■ TASK BRIEF ■
Your task is to tally the lines of the listing containing the word "IFCEXTRUDEDAREASOLID" and report the figure alone.
▬▬▬▬▬▬▬▬▬▬
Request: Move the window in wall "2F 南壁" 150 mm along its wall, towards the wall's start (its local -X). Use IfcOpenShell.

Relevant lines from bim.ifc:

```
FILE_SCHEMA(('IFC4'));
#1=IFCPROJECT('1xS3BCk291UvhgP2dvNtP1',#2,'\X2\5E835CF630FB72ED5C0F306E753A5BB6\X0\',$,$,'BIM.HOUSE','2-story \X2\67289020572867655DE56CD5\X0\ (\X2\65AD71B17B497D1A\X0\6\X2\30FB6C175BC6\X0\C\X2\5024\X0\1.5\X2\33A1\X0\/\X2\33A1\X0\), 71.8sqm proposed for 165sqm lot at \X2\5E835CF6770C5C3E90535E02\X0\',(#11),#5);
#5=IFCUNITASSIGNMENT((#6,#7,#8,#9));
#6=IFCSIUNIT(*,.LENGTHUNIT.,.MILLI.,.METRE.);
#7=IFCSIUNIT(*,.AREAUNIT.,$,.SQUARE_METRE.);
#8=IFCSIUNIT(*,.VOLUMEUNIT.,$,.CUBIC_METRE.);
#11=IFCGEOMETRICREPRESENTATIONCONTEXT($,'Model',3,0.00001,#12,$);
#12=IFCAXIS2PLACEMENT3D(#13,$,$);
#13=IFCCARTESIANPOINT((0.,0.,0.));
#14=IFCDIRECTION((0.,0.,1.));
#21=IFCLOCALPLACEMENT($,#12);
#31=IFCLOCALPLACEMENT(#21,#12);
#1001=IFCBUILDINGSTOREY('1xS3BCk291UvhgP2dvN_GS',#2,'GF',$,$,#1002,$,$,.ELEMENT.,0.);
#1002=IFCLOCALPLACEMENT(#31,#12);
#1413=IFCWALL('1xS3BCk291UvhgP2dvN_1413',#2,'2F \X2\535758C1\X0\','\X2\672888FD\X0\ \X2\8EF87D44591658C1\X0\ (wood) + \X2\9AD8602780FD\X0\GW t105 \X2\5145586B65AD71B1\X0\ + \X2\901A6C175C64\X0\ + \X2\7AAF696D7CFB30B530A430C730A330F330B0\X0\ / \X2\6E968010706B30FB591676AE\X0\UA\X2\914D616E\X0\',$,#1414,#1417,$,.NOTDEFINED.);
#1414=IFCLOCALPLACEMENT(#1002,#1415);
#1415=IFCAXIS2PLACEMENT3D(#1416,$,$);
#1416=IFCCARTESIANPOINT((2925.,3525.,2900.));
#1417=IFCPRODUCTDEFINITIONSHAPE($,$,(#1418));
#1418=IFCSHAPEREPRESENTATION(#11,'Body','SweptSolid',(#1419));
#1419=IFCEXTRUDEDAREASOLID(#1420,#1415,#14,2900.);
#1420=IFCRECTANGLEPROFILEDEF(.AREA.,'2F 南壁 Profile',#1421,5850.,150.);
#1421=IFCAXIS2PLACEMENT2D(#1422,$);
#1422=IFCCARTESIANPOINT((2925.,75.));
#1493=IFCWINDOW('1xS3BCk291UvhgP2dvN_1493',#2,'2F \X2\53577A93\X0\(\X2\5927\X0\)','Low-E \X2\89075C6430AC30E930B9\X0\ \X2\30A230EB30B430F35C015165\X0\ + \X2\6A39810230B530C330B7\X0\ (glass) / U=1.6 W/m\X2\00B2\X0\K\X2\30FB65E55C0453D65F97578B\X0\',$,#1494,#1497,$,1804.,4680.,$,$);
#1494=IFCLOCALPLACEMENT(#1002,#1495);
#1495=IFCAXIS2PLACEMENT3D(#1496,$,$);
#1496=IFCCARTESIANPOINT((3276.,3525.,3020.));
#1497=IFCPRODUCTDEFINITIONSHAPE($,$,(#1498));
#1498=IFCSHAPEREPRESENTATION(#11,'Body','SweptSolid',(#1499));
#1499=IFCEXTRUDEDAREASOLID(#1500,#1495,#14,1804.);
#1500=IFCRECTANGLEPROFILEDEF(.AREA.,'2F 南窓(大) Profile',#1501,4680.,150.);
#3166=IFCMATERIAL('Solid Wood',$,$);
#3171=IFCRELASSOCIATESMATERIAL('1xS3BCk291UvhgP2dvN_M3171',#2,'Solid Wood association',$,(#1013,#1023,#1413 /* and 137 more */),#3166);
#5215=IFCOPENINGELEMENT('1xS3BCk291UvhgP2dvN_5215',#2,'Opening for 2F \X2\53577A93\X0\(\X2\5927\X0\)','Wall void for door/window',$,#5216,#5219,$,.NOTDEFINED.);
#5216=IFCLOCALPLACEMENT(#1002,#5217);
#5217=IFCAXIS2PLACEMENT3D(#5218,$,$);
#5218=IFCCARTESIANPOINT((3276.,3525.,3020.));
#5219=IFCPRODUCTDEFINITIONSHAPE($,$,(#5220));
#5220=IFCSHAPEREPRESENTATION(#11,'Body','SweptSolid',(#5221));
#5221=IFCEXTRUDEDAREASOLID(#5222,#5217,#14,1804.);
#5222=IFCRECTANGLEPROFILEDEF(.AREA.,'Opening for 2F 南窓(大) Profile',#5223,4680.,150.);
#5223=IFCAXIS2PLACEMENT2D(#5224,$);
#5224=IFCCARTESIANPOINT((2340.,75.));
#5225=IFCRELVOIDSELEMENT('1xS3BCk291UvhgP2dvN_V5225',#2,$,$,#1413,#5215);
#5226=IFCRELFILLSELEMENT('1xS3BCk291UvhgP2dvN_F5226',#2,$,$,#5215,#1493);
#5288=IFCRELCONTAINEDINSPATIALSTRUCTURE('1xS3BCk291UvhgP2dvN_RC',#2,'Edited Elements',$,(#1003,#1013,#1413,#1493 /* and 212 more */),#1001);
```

```python
import ifcopenshell
import ifcopenshell.api.geometry
import ifcopenshell.util.placement
import ifcopenshell.util.unit

model = ifcopenshell.open("bim.ifc")
unit_scale = ifcopenshell.util.unit.calculate_unit_scale(model)

window = model.by_id(1493)
opening = window.FillsVoids[0].RelatingOpeningElement
wall = opening.VoidsElements[0].RelatingBuildingElement

wall_matrix = ifcopenshell.util.placement.get_local_placement(wall.ObjectPlacement)
shift = wall_matrix[:3, 0] * -0.15 / unit_scale
before = ifcopenshell.util.placement.get_local_placement(window.ObjectPlacement)[:3, 3].copy()

# The window is not placed relative to its opening, so move both.
for product in (opening, window):
    matrix = ifcopenshell.util.placement.get_local_placement(product.ObjectPlacement)
    matrix[:3, 3] += shift
    ifcopenshell.api.geometry.edit_object_placement(model, product=product, matrix=matrix, is_si=False)

after = ifcopenshell.util.placement.get_local_placement(window.ObjectPlacement)[:3, 3]
print("window moved by", (after - before).round(3) + 0.0)

model.write("bim_v2.ifc")
```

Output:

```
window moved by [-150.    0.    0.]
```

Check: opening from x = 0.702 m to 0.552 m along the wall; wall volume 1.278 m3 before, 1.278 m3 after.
▬▬▬▬▬▬▬▬▬▬
■ YOUR SOLUTION ■
3